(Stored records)
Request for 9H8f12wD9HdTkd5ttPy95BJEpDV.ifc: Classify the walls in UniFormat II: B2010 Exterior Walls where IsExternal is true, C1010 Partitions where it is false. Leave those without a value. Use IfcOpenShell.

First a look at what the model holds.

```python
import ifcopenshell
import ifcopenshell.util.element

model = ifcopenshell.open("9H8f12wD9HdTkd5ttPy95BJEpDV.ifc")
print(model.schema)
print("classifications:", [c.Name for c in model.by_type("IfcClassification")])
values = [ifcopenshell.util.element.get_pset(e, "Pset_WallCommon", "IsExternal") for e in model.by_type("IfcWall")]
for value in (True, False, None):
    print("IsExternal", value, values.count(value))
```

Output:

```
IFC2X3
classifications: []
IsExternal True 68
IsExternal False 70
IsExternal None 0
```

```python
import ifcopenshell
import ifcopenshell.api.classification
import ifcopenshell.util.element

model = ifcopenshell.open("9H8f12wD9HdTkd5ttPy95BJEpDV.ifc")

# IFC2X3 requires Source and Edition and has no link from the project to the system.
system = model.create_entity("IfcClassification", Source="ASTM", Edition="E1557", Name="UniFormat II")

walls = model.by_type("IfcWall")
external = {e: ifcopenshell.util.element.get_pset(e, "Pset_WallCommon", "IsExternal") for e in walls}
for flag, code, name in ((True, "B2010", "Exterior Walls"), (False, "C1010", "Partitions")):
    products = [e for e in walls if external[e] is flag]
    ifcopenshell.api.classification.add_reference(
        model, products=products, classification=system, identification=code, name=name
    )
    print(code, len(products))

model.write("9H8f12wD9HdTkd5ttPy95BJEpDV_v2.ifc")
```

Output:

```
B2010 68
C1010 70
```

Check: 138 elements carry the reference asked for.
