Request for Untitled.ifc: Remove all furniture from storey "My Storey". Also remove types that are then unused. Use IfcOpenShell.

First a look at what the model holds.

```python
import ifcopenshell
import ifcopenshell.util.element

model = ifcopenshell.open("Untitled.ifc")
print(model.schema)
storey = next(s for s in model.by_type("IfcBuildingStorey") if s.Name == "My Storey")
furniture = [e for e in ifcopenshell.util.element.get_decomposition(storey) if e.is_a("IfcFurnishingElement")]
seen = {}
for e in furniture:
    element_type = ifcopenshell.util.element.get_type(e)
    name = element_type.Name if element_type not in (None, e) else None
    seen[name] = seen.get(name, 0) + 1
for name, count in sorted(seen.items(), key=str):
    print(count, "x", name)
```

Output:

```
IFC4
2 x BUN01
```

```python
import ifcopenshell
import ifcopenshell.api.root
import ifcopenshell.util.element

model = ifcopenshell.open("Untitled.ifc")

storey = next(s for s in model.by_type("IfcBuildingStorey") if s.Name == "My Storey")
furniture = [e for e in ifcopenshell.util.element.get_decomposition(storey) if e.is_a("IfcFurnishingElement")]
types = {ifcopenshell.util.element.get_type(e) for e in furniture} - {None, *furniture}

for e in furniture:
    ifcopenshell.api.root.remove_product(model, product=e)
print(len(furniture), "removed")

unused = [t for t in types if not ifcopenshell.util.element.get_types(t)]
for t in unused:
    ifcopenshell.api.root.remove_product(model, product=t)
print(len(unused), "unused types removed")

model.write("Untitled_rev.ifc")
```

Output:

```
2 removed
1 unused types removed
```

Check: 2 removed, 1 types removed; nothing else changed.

--

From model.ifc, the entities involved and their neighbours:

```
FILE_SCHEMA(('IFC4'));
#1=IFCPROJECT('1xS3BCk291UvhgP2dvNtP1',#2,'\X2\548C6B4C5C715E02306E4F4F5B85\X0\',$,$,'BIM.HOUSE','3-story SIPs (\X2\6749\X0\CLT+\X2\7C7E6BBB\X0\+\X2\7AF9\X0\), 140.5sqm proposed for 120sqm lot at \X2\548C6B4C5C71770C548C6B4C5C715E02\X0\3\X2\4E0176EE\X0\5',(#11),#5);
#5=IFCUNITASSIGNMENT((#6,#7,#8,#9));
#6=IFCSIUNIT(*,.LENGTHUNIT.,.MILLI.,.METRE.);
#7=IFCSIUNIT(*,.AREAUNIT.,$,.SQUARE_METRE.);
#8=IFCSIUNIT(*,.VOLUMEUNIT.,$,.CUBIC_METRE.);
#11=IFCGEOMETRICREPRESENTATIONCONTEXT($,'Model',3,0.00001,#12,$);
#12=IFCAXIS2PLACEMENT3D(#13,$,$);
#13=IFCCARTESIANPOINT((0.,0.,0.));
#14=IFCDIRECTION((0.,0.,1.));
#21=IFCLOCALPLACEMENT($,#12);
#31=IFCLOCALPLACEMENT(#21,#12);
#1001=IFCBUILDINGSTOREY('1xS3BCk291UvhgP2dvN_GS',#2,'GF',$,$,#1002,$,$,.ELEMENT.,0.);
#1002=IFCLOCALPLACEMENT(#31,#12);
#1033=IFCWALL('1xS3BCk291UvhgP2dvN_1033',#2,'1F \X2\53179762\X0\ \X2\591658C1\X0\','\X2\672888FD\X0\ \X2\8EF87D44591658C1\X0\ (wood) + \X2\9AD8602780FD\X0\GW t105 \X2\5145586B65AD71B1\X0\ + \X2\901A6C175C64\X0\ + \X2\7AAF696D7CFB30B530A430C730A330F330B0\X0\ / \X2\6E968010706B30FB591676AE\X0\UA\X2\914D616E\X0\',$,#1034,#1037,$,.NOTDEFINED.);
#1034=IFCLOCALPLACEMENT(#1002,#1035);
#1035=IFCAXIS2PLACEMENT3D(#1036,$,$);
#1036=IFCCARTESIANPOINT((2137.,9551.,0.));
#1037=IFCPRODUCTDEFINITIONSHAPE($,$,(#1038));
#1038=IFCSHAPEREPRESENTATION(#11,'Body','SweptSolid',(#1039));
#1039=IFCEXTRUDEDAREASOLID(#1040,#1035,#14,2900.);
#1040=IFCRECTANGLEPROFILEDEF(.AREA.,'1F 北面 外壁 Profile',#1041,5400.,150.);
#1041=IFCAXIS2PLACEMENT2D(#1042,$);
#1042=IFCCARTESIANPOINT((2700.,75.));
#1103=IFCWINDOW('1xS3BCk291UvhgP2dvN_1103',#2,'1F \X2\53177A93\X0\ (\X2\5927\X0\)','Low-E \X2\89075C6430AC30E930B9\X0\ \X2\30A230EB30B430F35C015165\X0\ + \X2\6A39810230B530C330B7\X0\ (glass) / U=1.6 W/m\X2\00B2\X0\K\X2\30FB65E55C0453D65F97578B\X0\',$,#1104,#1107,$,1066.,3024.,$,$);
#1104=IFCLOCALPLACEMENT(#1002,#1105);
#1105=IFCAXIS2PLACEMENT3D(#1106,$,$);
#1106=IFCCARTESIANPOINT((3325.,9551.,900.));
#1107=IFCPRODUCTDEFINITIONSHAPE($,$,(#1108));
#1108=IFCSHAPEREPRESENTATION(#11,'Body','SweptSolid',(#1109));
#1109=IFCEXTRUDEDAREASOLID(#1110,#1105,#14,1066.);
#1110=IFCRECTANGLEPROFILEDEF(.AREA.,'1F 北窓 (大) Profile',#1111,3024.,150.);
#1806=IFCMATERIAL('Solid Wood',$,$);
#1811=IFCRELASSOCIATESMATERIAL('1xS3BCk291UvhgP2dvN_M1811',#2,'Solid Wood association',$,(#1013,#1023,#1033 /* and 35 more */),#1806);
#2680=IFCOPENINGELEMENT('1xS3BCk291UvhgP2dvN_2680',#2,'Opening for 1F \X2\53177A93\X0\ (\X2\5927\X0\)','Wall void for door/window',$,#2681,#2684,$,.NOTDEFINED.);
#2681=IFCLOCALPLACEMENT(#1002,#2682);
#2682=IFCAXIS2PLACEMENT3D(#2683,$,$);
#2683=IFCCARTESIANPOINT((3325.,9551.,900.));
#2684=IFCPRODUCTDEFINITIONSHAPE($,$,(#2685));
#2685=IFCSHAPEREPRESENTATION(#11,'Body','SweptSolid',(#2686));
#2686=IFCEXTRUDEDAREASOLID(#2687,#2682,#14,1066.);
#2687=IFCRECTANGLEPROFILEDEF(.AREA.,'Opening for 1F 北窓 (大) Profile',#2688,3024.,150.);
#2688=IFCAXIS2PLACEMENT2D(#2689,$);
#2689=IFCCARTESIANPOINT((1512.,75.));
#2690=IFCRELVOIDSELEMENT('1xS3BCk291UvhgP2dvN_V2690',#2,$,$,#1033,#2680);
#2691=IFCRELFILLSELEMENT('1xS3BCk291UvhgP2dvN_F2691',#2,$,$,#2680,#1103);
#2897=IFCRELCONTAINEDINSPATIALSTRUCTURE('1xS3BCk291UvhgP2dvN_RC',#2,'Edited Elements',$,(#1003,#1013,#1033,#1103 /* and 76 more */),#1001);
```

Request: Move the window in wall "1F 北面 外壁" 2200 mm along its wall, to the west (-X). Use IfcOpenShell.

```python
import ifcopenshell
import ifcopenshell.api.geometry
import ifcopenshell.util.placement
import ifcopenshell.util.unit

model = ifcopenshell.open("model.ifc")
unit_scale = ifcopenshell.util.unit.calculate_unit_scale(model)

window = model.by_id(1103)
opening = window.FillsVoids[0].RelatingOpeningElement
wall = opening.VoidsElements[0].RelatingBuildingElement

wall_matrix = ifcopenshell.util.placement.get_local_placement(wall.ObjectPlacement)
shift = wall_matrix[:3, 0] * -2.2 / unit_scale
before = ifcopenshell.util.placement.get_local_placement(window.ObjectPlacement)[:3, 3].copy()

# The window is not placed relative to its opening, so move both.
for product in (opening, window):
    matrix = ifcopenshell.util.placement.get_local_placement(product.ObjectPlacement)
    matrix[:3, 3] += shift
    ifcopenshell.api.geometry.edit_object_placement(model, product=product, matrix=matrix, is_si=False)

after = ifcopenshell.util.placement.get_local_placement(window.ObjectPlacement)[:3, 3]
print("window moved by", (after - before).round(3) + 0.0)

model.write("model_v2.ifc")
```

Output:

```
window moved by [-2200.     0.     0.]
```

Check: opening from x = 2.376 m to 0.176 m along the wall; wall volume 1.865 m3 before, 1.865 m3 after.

==

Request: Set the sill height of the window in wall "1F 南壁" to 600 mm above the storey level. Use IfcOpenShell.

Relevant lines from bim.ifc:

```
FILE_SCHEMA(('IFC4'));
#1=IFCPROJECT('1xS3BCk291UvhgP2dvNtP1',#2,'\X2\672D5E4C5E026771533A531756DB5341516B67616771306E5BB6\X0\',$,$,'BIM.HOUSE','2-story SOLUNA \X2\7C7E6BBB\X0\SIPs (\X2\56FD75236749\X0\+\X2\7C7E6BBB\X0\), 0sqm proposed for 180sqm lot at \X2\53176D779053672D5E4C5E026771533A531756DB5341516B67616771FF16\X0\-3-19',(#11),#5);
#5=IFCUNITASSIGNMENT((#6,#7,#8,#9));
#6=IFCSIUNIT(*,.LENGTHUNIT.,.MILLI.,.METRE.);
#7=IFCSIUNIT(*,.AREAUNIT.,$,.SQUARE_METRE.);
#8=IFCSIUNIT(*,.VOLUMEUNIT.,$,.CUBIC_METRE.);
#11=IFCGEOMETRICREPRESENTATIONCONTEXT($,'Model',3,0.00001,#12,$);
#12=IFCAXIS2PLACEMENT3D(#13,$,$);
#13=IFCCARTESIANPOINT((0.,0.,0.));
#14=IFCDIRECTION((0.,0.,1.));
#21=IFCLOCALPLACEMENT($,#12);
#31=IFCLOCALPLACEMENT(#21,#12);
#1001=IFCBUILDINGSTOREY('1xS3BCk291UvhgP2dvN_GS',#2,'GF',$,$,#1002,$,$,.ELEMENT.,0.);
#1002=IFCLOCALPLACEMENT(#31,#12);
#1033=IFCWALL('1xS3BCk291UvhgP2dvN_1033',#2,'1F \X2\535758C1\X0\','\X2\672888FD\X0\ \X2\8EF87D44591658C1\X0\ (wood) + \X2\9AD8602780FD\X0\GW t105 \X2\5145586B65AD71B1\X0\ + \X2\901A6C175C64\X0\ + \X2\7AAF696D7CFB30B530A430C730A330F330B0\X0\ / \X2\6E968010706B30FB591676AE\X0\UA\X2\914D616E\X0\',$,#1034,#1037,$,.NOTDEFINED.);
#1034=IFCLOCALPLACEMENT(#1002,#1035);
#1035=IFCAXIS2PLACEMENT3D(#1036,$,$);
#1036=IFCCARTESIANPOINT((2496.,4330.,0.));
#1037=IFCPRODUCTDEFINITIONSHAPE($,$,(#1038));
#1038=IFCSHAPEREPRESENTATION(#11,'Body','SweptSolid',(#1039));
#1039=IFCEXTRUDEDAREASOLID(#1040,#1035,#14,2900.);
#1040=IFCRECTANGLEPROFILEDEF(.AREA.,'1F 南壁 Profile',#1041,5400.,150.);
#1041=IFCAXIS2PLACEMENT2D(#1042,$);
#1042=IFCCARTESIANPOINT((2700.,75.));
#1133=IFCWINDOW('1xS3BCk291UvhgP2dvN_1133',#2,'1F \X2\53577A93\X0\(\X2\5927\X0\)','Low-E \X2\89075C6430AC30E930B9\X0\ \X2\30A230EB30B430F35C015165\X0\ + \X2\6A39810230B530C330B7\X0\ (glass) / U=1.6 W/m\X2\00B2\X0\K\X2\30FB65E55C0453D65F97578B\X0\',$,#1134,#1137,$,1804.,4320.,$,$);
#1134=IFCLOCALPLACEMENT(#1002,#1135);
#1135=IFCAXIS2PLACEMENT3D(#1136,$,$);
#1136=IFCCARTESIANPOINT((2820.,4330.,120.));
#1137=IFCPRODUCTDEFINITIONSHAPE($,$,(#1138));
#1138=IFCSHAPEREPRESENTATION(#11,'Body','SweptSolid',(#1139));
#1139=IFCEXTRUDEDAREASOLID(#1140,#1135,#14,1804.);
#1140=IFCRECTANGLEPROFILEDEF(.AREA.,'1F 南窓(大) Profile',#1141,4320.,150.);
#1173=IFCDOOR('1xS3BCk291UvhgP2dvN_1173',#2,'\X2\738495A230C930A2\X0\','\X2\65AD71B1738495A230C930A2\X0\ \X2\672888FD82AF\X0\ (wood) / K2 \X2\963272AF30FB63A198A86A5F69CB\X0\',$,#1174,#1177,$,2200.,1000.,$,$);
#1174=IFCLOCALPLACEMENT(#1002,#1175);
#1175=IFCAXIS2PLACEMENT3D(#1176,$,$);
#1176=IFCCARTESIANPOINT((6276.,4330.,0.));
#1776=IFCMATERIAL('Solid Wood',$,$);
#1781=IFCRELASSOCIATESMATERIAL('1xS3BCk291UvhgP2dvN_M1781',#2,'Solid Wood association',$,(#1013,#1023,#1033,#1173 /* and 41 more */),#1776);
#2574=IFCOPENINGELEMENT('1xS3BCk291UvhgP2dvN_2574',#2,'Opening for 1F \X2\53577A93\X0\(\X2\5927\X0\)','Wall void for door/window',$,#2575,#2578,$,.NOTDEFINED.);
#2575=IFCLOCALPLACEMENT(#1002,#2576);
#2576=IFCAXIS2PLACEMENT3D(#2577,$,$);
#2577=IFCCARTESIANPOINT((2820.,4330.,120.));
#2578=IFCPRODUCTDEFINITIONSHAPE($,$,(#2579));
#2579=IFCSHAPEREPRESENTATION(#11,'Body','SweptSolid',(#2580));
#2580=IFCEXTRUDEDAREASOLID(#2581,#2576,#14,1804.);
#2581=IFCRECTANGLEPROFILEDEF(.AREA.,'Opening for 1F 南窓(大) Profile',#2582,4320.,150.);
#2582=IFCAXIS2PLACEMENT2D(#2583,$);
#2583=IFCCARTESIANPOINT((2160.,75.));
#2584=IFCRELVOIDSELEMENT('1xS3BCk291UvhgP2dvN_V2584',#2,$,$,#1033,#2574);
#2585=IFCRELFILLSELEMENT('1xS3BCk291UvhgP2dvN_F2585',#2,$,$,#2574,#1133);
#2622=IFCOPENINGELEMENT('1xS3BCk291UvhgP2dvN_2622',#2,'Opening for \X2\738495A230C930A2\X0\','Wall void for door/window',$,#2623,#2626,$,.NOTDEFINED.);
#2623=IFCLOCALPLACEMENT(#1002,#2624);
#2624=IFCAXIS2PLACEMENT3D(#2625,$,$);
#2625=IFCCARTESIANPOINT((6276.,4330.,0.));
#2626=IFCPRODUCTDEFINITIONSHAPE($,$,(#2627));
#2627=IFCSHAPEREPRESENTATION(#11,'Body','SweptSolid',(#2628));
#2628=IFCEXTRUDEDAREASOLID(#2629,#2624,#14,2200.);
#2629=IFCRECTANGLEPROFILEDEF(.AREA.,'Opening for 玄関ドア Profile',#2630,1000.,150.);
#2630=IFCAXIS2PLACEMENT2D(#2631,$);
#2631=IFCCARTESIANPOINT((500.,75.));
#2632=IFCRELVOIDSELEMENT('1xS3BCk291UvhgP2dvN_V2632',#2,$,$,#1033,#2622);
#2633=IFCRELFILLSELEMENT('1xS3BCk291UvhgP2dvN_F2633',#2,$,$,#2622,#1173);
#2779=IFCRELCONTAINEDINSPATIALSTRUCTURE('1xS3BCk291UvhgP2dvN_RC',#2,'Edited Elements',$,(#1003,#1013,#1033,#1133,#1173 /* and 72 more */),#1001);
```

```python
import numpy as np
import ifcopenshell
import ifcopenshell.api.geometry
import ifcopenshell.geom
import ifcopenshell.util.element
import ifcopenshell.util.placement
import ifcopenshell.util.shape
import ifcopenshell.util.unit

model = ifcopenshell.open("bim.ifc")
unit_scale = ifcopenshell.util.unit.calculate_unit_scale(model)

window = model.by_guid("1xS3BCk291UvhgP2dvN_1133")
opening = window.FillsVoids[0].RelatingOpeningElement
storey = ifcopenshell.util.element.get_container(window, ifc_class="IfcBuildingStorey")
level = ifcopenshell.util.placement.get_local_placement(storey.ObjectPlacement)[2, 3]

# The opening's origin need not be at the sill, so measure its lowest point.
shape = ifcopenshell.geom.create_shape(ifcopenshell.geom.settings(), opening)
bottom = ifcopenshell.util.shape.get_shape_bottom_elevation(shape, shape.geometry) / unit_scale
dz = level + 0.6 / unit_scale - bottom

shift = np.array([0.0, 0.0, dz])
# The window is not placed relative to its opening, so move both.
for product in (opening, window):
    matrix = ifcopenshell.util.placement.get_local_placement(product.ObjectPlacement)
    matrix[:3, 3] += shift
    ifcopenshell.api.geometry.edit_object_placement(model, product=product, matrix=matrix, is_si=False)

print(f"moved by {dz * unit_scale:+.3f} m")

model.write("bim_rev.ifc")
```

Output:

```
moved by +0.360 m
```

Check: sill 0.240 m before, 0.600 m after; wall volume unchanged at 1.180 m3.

Exercise requirements
Working through the records above, copy each line in which "IFCRELASSOCIATESMATERIAL" is found.

Completed task
#1811=IFCRELASSOCIATESMATERIAL('1xS3BCk291UvhgP2dvN_M1811',#2,'Solid Wood association',$,(#1013,#1023,#1033 /* and 35 more */),#1806);
#1781=IFCRELASSOCIATESMATERIAL('1xS3BCk291UvhgP2dvN_M1781',#2,'Solid Wood association',$,(#1013,#1023,#1033,#1173 /* and 41 more */),#1776);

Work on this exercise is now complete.